## DATASET EXCERPTS
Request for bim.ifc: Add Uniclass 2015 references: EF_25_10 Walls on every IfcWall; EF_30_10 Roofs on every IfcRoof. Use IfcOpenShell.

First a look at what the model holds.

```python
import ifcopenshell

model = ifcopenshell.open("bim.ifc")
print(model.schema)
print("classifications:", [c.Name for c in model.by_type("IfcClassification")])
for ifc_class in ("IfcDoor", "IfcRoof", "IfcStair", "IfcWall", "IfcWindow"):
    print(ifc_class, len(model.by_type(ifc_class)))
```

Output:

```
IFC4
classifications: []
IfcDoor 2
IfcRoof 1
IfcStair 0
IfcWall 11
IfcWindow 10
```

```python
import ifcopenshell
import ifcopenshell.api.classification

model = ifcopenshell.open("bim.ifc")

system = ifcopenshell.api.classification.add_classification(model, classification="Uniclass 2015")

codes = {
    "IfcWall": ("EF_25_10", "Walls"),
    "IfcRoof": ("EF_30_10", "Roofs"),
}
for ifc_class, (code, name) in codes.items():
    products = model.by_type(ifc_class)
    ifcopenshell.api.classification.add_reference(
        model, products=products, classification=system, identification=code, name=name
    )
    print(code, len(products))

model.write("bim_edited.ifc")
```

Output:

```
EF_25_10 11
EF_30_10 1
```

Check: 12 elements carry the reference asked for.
* * *
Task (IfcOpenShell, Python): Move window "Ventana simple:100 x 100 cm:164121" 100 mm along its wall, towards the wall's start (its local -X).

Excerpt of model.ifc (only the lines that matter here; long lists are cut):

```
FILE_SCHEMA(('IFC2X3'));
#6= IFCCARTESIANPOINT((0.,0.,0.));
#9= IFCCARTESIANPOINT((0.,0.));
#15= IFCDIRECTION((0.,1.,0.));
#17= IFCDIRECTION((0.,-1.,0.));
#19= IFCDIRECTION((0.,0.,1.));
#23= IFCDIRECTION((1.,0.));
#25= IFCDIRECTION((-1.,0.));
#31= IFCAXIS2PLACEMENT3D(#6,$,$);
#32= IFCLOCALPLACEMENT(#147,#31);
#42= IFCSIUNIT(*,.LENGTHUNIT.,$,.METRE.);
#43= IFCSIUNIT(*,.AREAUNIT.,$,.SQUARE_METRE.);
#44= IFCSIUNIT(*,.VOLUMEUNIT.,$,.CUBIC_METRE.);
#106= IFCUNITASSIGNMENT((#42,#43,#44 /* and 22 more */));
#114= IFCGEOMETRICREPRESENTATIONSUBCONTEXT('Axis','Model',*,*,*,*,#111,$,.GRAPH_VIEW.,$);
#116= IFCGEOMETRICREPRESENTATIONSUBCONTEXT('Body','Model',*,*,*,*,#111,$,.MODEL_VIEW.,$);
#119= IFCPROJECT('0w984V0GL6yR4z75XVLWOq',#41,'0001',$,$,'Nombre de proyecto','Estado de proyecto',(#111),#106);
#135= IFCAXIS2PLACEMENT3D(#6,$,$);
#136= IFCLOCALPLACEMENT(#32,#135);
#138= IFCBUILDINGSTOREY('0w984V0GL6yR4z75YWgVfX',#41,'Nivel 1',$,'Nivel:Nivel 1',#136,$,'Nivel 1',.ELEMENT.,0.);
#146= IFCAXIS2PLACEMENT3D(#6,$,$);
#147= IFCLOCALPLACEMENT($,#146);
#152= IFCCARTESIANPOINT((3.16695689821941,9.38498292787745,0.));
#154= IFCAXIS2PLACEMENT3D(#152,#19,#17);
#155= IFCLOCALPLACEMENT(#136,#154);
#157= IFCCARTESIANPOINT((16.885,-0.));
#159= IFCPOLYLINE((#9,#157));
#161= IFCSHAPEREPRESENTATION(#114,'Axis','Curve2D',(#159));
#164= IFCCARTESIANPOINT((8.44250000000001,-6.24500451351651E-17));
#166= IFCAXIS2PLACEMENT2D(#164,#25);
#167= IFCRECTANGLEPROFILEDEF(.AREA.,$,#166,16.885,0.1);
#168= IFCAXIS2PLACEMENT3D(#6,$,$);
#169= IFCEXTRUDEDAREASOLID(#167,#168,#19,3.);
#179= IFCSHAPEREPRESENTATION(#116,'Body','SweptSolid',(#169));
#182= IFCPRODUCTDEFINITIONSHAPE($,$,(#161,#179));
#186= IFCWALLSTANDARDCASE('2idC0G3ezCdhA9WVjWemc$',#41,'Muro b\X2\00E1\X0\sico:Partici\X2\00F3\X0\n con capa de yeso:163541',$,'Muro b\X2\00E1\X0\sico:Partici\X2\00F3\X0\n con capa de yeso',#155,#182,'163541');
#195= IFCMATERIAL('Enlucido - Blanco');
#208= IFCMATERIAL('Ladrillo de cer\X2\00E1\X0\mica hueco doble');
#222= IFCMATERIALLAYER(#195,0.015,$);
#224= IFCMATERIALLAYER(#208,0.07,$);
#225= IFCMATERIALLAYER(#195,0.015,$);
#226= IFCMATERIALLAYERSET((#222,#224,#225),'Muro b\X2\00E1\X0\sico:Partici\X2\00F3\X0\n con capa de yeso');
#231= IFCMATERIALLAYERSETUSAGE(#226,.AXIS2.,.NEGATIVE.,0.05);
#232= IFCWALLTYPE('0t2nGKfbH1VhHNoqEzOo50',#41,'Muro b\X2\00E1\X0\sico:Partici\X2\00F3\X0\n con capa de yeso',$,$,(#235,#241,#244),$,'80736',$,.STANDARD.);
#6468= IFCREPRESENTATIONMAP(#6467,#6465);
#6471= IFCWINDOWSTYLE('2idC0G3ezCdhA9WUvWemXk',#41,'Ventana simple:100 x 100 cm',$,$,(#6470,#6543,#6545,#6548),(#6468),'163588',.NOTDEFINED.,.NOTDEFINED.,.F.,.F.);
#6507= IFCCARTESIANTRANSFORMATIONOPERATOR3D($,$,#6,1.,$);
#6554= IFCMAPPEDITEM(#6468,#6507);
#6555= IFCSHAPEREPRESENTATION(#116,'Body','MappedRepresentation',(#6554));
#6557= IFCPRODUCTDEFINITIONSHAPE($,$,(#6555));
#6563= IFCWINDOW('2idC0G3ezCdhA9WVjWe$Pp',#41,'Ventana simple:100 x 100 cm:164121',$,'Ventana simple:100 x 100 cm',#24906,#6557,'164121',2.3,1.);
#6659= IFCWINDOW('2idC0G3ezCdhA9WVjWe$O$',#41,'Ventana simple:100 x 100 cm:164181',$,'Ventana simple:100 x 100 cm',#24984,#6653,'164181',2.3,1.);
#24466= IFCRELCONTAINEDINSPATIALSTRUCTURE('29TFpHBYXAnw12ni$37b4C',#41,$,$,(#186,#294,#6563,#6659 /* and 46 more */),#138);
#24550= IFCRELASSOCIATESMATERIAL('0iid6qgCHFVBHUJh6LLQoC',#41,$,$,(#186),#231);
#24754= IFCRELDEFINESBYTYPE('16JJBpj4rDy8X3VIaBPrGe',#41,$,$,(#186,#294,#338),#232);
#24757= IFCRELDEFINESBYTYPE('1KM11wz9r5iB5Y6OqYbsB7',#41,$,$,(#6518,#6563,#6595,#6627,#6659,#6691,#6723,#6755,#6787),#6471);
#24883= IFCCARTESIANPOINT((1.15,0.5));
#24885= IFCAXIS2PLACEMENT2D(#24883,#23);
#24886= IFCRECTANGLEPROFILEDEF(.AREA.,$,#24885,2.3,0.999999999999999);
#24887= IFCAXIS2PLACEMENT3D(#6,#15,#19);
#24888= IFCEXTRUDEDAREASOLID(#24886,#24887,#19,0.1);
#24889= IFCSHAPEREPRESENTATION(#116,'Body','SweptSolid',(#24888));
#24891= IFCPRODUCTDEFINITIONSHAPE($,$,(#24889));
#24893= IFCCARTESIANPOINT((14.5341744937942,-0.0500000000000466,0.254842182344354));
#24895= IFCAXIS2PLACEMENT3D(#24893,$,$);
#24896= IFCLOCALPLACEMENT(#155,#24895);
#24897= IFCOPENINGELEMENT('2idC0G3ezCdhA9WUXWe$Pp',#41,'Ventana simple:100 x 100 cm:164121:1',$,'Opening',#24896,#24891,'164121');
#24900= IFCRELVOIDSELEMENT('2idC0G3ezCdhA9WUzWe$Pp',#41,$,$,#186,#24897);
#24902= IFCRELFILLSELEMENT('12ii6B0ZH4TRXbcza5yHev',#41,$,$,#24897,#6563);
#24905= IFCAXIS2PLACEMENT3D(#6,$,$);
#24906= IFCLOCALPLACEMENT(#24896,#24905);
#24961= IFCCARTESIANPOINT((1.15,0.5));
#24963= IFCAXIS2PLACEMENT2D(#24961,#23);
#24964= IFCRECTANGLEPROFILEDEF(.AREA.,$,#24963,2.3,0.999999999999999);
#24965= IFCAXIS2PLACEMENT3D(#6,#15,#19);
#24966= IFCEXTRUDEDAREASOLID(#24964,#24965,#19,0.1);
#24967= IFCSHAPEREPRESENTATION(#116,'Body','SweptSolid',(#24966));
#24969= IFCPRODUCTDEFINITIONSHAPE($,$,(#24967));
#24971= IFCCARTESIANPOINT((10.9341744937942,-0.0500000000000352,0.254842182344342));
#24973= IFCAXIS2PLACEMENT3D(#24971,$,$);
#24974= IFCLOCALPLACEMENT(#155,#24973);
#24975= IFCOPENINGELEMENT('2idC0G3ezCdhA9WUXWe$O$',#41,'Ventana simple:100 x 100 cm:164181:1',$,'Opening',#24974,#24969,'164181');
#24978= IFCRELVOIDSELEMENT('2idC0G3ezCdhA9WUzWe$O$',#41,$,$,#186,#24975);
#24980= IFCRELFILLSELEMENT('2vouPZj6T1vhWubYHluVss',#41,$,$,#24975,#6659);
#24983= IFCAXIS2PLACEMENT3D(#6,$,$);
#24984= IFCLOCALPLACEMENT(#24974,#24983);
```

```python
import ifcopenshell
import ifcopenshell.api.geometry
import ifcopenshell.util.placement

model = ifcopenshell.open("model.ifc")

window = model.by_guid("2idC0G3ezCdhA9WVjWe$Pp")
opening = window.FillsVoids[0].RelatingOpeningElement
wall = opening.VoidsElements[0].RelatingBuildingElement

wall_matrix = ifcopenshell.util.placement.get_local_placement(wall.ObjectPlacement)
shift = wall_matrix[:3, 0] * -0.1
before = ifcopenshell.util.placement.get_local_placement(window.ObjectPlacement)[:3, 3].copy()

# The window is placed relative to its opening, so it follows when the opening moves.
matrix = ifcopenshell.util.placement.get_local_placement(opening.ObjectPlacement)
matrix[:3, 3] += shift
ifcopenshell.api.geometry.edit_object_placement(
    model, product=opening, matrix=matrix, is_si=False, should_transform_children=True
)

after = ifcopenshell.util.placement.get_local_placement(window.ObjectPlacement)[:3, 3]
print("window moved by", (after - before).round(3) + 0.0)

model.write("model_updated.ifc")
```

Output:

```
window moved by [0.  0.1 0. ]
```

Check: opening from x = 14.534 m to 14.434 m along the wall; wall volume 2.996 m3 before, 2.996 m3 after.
--
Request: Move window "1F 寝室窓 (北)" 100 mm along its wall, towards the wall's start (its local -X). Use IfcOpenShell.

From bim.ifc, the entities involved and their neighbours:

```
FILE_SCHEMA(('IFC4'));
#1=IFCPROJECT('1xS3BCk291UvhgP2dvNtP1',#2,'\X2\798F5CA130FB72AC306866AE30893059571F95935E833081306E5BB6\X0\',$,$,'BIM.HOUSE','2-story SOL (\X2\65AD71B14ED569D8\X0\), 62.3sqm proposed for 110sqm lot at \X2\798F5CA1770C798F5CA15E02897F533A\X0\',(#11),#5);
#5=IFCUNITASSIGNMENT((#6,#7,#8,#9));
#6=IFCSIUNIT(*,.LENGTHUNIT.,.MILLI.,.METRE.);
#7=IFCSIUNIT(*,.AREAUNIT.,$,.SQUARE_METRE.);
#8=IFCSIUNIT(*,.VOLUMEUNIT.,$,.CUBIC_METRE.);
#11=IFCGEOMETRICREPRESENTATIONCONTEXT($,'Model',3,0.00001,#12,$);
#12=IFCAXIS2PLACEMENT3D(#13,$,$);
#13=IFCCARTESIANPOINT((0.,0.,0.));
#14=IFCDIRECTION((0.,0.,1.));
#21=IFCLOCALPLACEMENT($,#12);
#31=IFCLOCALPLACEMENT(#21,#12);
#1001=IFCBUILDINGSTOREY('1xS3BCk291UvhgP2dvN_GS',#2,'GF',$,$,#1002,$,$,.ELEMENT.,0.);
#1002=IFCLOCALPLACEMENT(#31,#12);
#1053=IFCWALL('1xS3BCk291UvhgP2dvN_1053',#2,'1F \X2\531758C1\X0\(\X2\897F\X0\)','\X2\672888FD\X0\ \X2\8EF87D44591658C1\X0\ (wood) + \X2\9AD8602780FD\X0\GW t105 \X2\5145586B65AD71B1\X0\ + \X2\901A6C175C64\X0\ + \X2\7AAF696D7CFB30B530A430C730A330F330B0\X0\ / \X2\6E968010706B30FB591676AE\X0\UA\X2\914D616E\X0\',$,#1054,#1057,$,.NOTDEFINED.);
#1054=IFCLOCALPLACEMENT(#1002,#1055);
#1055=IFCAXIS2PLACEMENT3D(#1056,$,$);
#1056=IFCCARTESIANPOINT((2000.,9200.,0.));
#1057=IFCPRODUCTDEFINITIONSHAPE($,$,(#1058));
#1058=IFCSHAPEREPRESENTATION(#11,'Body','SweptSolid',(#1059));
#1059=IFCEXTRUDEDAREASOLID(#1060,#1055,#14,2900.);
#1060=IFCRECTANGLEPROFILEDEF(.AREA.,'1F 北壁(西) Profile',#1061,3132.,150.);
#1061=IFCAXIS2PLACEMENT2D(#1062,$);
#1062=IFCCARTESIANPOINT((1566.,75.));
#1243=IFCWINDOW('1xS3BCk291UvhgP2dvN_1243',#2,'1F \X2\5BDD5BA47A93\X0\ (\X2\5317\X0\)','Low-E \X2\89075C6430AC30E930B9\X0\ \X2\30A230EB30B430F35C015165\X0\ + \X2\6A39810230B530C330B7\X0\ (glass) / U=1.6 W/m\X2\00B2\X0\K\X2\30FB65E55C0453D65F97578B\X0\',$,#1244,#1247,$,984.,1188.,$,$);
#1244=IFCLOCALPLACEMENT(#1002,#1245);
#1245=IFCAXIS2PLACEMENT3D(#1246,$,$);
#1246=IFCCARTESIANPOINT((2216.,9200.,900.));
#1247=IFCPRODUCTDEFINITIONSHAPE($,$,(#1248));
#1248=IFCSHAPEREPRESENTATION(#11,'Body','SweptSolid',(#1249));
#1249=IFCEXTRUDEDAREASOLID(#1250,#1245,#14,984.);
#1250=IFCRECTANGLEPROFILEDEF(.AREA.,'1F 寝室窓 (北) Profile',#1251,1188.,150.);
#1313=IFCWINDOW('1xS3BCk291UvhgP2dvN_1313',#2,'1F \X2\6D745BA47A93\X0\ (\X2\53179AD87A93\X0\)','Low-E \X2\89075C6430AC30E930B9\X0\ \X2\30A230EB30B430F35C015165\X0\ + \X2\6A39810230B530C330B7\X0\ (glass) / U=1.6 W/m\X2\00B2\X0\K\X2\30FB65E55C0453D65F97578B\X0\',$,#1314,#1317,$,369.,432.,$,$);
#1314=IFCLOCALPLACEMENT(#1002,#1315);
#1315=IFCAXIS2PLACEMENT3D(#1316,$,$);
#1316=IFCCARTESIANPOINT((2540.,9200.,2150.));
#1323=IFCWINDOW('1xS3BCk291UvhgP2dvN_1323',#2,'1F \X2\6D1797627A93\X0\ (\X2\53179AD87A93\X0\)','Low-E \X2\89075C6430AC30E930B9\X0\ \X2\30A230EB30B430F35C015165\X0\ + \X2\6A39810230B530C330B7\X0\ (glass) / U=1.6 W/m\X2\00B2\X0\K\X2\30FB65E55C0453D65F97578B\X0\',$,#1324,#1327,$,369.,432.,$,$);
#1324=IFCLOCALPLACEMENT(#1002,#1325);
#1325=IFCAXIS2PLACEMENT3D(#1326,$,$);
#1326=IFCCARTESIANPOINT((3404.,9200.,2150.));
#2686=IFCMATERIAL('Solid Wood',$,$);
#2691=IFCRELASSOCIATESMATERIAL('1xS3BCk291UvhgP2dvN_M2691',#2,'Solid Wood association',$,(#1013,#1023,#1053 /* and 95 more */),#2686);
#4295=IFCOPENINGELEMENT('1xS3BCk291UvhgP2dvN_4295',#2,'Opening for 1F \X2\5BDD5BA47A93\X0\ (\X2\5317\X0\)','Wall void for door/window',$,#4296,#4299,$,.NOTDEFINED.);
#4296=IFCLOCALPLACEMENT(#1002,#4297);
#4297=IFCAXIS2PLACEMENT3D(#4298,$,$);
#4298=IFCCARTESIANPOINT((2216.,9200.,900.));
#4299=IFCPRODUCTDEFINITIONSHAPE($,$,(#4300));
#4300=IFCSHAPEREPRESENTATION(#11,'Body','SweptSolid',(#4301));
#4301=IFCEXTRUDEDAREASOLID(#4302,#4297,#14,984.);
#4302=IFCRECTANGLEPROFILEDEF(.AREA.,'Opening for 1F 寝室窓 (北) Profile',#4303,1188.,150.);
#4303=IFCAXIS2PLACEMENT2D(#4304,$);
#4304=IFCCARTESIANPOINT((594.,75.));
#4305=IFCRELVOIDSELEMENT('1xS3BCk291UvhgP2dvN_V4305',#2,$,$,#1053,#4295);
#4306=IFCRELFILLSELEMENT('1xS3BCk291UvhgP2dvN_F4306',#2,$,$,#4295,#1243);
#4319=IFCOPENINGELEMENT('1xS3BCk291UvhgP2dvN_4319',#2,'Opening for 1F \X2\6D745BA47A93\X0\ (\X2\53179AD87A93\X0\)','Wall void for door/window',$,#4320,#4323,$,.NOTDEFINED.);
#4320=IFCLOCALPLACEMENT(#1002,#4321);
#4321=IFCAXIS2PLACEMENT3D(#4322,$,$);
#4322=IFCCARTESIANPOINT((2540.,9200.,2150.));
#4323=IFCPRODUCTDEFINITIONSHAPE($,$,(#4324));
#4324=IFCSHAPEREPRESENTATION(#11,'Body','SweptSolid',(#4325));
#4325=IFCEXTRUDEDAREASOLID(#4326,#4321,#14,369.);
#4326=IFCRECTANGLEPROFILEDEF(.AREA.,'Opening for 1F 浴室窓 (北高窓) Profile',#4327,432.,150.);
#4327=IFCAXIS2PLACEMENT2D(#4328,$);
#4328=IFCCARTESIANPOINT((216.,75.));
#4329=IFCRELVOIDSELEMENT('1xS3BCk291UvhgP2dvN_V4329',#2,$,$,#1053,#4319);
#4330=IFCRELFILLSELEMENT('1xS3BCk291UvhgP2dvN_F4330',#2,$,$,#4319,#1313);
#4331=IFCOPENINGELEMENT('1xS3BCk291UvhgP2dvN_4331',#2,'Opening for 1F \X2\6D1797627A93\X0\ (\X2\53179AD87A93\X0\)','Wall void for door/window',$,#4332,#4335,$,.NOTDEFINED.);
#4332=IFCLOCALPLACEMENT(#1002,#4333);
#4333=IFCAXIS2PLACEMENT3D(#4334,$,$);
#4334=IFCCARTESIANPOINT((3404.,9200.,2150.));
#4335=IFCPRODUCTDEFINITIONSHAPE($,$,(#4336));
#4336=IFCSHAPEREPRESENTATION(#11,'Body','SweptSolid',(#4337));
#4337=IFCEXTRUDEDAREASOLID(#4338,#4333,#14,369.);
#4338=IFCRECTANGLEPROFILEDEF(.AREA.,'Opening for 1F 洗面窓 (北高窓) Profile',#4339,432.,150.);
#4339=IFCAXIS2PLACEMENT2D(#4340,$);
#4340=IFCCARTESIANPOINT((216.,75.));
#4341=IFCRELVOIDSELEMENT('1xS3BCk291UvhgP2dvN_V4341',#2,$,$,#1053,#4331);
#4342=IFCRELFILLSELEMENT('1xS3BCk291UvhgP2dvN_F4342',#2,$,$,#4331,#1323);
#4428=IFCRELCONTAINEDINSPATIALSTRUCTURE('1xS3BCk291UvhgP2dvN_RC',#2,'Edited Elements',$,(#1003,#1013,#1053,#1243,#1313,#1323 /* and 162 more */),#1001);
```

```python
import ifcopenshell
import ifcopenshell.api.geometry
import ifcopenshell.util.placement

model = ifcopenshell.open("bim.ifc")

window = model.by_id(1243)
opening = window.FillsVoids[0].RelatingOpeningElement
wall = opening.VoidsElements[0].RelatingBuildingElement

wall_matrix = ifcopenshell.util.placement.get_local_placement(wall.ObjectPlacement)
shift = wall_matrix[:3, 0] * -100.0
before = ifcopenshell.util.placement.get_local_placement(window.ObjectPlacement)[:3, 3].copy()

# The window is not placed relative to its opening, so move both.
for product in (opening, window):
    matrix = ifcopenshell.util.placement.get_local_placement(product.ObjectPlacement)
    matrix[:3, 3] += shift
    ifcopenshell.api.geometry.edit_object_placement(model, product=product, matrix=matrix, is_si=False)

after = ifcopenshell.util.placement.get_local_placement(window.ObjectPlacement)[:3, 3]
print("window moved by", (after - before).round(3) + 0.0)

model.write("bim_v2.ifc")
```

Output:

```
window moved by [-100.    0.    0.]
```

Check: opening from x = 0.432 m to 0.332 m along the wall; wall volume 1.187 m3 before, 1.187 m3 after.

## EXERCISE DIRECTIONS
Given the records above, reproduce precisely and only the lines between the line holding "Request for bim.ifc: Add" and the line holding "Check: 12 elements", inclusive.

## ANSWER SECTION
Request for bim.ifc: Add Uniclass 2015 references: EF_25_10 Walls on every IfcWall; EF_30_10 Roofs on every IfcRoof. Use IfcOpenShell.

First a look at what the model holds.

```python
import ifcopenshell

model = ifcopenshell.open("bim.ifc")
print(model.schema)
print("classifications:", [c.Name for c in model.by_type("IfcClassification")])
for ifc_class in ("IfcDoor", "IfcRoof", "IfcStair", "IfcWall", "IfcWindow"):
    print(ifc_class, len(model.by_type(ifc_class)))
```

Output:

```
IFC4
classifications: []
IfcDoor 2
IfcRoof 1
IfcStair 0
IfcWall 11
IfcWindow 10
```

```python
import ifcopenshell
import ifcopenshell.api.classification

model = ifcopenshell.open("bim.ifc")

system = ifcopenshell.api.classification.add_classification(model, classification="Uniclass 2015")

codes = {
    "IfcWall": ("EF_25_10", "Walls"),
    "IfcRoof": ("EF_30_10", "Roofs"),
}
for ifc_class, (code, name) in codes.items():
    products = model.by_type(ifc_class)
    ifcopenshell.api.classification.add_reference(
        model, products=products, classification=system, identification=code, name=name
    )
    print(code, len(products))

model.write("bim_edited.ifc")
```

Output:

```
EF_25_10 11
EF_30_10 1
```

Check: 12 elements carry the reference asked for.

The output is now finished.